■ Your instructions
Give only the number of lines in the records below that contain the word "carry".

Saved data entries:
--- START ---

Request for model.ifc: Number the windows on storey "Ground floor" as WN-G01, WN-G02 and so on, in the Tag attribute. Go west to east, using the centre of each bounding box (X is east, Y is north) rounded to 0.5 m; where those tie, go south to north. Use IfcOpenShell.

First a look at what the model holds.

```python
import ifcopenshell
import ifcopenshell.util.element
import ifcopenshell.util.placement

model = ifcopenshell.open("model.ifc")
print(model.schema)
storey = next(s for s in model.by_type("IfcBuildingStorey") if s.Name == "Ground floor")
windows = [e for e in ifcopenshell.util.element.get_decomposition(storey) if e.is_a("IfcWindow")]
for e in sorted(windows, key=lambda e: e.id()):
    origin = ifcopenshell.util.placement.get_local_placement(e.ObjectPlacement)[:3, 3]
    print(e.id(), e.Tag, e.Name, origin.round(2) + 0.0, sep=" | ")
```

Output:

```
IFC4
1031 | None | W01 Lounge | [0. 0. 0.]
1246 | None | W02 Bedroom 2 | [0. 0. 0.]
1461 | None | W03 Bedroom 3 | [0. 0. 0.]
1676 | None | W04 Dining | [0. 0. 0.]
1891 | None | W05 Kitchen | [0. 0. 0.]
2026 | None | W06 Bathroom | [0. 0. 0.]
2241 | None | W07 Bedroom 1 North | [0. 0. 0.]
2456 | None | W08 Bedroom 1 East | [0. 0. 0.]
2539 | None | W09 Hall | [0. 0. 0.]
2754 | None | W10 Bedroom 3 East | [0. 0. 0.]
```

```python
import ifcopenshell
import ifcopenshell.geom
import ifcopenshell.util.element
import ifcopenshell.util.shape

model = ifcopenshell.open("model.ifc")
settings = ifcopenshell.geom.settings()
settings.set("use-world-coords", True)


def centre(element):
    shape = ifcopenshell.geom.create_shape(settings, element)
    return ifcopenshell.util.shape.get_bbox_centroid(shape.geometry)


storey = next(s for s in model.by_type("IfcBuildingStorey") if s.Name == "Ground floor")
windows = [e for e in ifcopenshell.util.element.get_decomposition(storey) if e.is_a("IfcWindow")]

# Insertion points can sit at a corner or the storey origin, so sort by the geometry (in metres).
centres = {e: centre(e) for e in windows}
windows.sort(key=lambda e: (round(centres[e][0] / 0.5), centres[e][1]))

for i, e in enumerate(windows, start=1):
    number = f"WN-G{i:02d}"
    e.Tag = number
    print(e.id(), number)

model.write("model_edited.ifc")
```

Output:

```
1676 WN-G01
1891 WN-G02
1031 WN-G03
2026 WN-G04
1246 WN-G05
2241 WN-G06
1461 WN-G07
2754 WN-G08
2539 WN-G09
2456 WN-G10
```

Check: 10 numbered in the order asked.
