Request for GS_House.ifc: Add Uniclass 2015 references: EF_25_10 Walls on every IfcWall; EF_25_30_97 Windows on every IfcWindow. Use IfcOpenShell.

First a look at what the model holds.

```python
import ifcopenshell

model = ifcopenshell.open("GS_House.ifc")
print(model.schema)
print("classifications:", [c.Name for c in model.by_type("IfcClassification")])
for ifc_class in ("IfcDoor", "IfcRoof", "IfcStair", "IfcWall", "IfcWindow"):
    print(ifc_class, len(model.by_type(ifc_class)))
```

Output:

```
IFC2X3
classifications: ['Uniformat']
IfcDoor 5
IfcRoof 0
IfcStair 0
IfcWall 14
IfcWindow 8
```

```python
import ifcopenshell
import ifcopenshell.api.classification

model = ifcopenshell.open("GS_House.ifc")

# IFC2X3 requires Source and Edition and has no link from the project to the system.
system = model.create_entity("IfcClassification", Source="NBS", Edition="2015", Name="Uniclass 2015")

codes = {
    "IfcWall": ("EF_25_10", "Walls"),
    "IfcWindow": ("EF_25_30_97", "Windows"),
}
for ifc_class, (code, name) in codes.items():
    products = model.by_type(ifc_class)
    ifcopenshell.api.classification.add_reference(
        model, products=products, classification=system, identification=code, name=name
    )
    print(code, len(products))

model.write("GS_House_v2.ifc")
```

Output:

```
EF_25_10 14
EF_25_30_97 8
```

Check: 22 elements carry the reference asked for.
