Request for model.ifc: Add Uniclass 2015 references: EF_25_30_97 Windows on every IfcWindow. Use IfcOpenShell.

First a look at what the model holds.

```python
import ifcopenshell

model = ifcopenshell.open("model.ifc")
print(model.schema)
print("classifications:", [c.Name for c in model.by_type("IfcClassification")])
for ifc_class in ("IfcDoor", "IfcRoof", "IfcStair", "IfcWall", "IfcWindow"):
    print(ifc_class, len(model.by_type(ifc_class)))
```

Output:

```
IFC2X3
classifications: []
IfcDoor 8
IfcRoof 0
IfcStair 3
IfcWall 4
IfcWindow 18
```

```python
import ifcopenshell
import ifcopenshell.api.classification

model = ifcopenshell.open("model.ifc")

# IFC2X3 requires Source and Edition and has no link from the project to the system.
system = model.create_entity("IfcClassification", Source="NBS", Edition="2015", Name="Uniclass 2015")

codes = {
    "IfcWindow": ("EF_25_30_97", "Windows"),
}
for ifc_class, (code, name) in codes.items():
    products = model.by_type(ifc_class)
    ifcopenshell.api.classification.add_reference(
        model, products=products, classification=system, identification=code, name=name
    )
    print(code, len(products))

model.write("model_updated.ifc")
```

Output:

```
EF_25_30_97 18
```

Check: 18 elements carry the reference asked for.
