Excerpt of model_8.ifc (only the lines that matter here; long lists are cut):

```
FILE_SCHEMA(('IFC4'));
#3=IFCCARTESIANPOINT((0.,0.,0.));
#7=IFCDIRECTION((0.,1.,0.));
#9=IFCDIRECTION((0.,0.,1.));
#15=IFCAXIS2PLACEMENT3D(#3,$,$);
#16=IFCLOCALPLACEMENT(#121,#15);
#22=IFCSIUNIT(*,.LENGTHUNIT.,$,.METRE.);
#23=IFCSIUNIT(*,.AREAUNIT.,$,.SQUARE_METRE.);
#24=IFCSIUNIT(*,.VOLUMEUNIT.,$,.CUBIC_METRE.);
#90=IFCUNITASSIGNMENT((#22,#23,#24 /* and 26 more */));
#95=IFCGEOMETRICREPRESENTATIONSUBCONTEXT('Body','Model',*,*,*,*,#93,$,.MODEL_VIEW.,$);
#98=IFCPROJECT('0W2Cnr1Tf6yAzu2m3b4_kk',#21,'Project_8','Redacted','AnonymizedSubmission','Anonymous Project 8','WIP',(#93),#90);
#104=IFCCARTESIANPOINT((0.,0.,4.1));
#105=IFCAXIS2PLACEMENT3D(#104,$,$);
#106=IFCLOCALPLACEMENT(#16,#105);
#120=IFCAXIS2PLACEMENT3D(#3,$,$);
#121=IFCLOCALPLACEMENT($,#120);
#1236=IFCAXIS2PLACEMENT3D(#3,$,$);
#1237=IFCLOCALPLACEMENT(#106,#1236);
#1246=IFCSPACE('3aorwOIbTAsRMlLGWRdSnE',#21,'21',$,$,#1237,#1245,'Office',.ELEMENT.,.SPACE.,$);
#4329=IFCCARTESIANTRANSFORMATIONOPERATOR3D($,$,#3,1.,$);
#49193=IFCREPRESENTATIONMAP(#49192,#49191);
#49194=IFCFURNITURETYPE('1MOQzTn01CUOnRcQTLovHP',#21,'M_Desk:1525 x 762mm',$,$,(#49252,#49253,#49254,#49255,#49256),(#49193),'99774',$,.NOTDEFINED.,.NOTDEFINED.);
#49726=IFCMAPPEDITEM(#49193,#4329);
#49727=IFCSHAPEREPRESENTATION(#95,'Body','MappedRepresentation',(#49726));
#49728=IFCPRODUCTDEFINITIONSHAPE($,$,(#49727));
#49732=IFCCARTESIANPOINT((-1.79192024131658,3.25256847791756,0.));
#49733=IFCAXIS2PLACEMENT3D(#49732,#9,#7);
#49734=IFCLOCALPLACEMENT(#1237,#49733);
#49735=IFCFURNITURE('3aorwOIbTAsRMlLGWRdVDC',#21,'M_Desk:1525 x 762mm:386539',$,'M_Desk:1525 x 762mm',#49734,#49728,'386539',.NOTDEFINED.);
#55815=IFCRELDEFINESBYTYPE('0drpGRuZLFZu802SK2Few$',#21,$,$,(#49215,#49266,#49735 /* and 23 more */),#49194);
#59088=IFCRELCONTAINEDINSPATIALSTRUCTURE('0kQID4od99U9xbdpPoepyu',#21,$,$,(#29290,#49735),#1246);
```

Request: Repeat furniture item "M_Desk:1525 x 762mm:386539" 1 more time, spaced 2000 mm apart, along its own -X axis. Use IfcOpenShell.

```python
import ifcopenshell
import ifcopenshell.api.geometry
import ifcopenshell.api.root
import ifcopenshell.util.element
import ifcopenshell.util.placement

model = ifcopenshell.open("model_8.ifc")


def reuse_history(source, copy):
    """copy_class also copies each property set's owner history, people and application; keep the originals."""
    for rel in copy.IsDefinedBy:
        if rel.is_a("IfcRelDefinesByProperties") and (history := rel.RelatingPropertyDefinition.OwnerHistory):
            rel.RelatingPropertyDefinition.OwnerHistory = source.OwnerHistory
            ifcopenshell.util.element.remove_deep2(model, history)


source = model.by_guid("3aorwOIbTAsRMlLGWRdVDC")
base = ifcopenshell.util.placement.get_local_placement(source.ObjectPlacement)
step = -base[:3, 0] * 2.0

for i in range(1, 2):
    copy = ifcopenshell.api.root.copy_class(model, product=source)
    copy.Representation = ifcopenshell.util.element.copy_deep(
        model, source.Representation, exclude=["IfcGeometricRepresentationContext", "IfcRepresentationMap"]
    )
    copy.Name = "M_Desk:1525 x 762mm"
    copy.Tag = None
    reuse_history(source, copy)
    matrix = base.copy()
    matrix[:3, 3] += i * step
    print("added at", matrix[:3, 3].round(3) + 0.0)
    ifcopenshell.api.geometry.edit_object_placement(model, product=copy, matrix=matrix, is_si=False)

model.write("model_8_v2.ifc")
```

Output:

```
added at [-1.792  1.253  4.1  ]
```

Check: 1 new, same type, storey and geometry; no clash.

--- END ---

■ Response
2